_What the exercise asks:_ For the string "PLANEANGLEUNIT", search the entries below and copy every line where it appears.

━━━ Supplied material

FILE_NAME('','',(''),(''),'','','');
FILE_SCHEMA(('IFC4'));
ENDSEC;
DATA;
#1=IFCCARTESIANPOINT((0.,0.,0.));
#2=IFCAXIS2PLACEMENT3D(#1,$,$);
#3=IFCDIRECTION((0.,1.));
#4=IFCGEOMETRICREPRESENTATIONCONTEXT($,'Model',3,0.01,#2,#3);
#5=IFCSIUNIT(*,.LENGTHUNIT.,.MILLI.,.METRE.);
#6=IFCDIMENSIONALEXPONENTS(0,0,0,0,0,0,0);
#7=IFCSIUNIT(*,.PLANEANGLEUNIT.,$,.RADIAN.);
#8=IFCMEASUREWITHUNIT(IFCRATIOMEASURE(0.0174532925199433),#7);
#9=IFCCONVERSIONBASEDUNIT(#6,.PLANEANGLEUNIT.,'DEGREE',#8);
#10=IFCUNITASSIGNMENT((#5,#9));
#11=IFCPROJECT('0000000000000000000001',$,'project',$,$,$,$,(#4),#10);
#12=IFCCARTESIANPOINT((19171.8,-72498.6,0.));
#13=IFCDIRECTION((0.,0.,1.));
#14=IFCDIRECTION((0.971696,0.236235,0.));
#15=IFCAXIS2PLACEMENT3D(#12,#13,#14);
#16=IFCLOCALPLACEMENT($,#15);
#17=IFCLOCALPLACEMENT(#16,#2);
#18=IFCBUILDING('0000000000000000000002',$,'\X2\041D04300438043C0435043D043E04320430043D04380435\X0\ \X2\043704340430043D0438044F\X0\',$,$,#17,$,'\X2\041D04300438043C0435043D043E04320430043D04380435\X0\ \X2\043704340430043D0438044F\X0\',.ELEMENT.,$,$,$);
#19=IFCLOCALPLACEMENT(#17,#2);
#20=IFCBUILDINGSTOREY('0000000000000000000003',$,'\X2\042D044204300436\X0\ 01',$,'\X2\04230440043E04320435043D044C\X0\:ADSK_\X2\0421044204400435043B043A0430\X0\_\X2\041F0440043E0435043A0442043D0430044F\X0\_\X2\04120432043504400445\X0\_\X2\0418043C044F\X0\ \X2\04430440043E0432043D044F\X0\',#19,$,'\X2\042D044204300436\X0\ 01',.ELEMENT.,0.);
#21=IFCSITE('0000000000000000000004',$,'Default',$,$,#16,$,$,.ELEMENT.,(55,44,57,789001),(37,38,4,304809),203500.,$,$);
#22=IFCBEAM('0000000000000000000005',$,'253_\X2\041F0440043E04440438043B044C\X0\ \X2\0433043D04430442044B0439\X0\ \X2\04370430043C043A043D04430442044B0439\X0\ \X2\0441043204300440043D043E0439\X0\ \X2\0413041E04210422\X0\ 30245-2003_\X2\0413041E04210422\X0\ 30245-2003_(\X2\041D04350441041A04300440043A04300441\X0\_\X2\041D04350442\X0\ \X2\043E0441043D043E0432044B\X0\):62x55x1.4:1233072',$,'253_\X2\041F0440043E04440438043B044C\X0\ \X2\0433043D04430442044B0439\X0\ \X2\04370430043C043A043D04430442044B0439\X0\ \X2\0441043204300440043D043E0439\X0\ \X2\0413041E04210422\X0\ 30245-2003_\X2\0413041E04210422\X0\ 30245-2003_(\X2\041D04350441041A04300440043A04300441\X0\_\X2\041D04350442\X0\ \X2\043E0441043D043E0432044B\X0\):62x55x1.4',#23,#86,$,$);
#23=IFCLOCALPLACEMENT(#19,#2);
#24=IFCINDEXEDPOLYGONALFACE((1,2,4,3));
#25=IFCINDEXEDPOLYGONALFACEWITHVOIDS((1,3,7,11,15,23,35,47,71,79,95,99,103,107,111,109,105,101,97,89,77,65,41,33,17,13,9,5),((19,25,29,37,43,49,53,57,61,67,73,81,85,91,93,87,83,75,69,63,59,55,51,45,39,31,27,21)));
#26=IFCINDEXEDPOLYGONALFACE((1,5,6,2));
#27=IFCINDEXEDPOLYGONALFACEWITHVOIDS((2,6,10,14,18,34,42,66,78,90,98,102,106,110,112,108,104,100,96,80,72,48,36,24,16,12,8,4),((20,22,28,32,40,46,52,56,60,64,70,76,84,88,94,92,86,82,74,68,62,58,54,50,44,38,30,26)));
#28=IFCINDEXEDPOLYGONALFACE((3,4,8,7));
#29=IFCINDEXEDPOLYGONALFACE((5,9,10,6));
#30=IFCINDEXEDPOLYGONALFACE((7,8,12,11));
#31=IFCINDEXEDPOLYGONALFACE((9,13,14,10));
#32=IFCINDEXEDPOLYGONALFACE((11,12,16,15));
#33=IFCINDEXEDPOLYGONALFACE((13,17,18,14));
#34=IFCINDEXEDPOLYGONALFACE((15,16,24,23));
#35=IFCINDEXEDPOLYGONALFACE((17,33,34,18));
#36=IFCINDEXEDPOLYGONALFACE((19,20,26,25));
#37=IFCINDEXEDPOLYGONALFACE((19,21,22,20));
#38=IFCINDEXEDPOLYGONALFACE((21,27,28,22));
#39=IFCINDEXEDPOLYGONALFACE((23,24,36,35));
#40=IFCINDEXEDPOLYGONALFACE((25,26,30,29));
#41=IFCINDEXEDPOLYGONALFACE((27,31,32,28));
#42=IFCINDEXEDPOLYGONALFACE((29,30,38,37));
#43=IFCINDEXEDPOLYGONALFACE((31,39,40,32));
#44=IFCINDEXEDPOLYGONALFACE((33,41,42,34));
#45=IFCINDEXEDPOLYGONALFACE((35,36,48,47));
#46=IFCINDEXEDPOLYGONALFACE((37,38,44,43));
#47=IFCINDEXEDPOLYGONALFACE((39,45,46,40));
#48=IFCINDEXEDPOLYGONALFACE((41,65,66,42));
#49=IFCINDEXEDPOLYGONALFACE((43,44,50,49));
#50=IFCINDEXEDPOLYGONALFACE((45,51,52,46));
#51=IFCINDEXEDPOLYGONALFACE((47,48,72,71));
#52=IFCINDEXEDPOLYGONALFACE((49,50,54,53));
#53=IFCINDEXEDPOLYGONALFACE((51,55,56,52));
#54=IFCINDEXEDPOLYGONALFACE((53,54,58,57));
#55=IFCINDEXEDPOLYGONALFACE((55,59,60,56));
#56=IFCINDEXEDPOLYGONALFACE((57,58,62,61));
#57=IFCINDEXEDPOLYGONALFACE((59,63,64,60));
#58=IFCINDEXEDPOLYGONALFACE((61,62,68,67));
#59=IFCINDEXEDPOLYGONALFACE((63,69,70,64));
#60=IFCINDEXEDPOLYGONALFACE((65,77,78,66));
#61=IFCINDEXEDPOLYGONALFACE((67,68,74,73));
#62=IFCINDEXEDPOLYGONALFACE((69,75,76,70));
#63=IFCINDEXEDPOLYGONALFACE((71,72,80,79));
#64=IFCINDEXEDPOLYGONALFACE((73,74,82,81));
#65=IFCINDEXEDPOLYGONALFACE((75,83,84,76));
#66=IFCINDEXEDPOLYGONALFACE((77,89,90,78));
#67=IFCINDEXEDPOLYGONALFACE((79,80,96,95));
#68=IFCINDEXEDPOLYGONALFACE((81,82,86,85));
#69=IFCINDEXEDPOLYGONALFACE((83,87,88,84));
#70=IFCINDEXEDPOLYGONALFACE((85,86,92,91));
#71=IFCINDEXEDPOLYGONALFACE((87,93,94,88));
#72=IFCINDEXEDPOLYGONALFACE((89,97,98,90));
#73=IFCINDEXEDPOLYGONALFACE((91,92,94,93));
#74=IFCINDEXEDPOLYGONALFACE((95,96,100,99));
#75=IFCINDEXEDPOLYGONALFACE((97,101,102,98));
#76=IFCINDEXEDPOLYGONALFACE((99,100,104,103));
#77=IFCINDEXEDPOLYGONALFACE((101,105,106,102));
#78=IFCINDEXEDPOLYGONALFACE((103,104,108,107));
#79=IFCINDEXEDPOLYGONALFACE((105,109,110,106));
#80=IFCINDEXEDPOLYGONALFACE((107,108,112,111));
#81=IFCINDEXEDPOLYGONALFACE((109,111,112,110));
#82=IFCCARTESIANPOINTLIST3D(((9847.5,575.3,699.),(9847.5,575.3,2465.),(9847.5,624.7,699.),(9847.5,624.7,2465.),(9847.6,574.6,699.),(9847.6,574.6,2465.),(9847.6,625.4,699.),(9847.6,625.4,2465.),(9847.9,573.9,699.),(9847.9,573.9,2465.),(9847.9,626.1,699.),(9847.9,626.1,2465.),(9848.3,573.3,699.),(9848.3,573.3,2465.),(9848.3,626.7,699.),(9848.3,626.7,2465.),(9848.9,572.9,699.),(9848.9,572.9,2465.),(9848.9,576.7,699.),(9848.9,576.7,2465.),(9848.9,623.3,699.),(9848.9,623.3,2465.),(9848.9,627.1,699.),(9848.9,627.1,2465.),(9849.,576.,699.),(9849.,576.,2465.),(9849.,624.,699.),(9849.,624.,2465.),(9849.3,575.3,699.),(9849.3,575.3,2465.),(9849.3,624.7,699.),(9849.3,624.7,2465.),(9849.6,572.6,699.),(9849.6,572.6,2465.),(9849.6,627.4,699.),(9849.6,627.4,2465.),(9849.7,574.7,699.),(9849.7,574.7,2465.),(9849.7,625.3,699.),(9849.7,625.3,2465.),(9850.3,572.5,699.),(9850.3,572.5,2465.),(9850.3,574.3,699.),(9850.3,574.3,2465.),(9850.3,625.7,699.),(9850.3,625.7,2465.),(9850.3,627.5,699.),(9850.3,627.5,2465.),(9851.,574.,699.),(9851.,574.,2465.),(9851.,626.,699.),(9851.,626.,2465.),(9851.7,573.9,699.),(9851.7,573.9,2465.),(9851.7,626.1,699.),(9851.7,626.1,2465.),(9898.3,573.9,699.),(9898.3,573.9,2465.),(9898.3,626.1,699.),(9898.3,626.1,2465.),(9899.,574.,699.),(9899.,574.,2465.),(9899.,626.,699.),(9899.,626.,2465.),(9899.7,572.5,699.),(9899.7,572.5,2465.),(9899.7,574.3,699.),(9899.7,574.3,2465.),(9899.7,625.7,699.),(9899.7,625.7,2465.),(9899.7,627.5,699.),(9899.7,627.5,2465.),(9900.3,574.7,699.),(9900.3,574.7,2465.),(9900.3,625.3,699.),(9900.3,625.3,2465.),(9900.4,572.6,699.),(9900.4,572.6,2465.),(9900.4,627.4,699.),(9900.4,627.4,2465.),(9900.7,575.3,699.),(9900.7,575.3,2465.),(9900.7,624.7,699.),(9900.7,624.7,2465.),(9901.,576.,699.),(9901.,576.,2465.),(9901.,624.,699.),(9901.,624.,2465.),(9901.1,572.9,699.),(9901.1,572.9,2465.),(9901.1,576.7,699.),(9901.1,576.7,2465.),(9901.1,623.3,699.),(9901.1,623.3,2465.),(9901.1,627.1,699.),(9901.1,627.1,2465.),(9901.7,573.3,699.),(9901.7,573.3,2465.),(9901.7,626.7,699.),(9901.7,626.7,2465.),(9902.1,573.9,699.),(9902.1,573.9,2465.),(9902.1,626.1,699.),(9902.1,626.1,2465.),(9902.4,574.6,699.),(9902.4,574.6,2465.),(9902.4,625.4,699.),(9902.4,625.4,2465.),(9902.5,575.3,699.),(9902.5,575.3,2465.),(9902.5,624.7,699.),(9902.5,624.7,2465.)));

━━━━━━

_Result of this task:_
#7=IFCSIUNIT(*,.PLANEANGLEUNIT.,$,.RADIAN.);
#9=IFCCONVERSIONBASEDUNIT(#6,.PLANEANGLEUNIT.,'DEGREE',#8);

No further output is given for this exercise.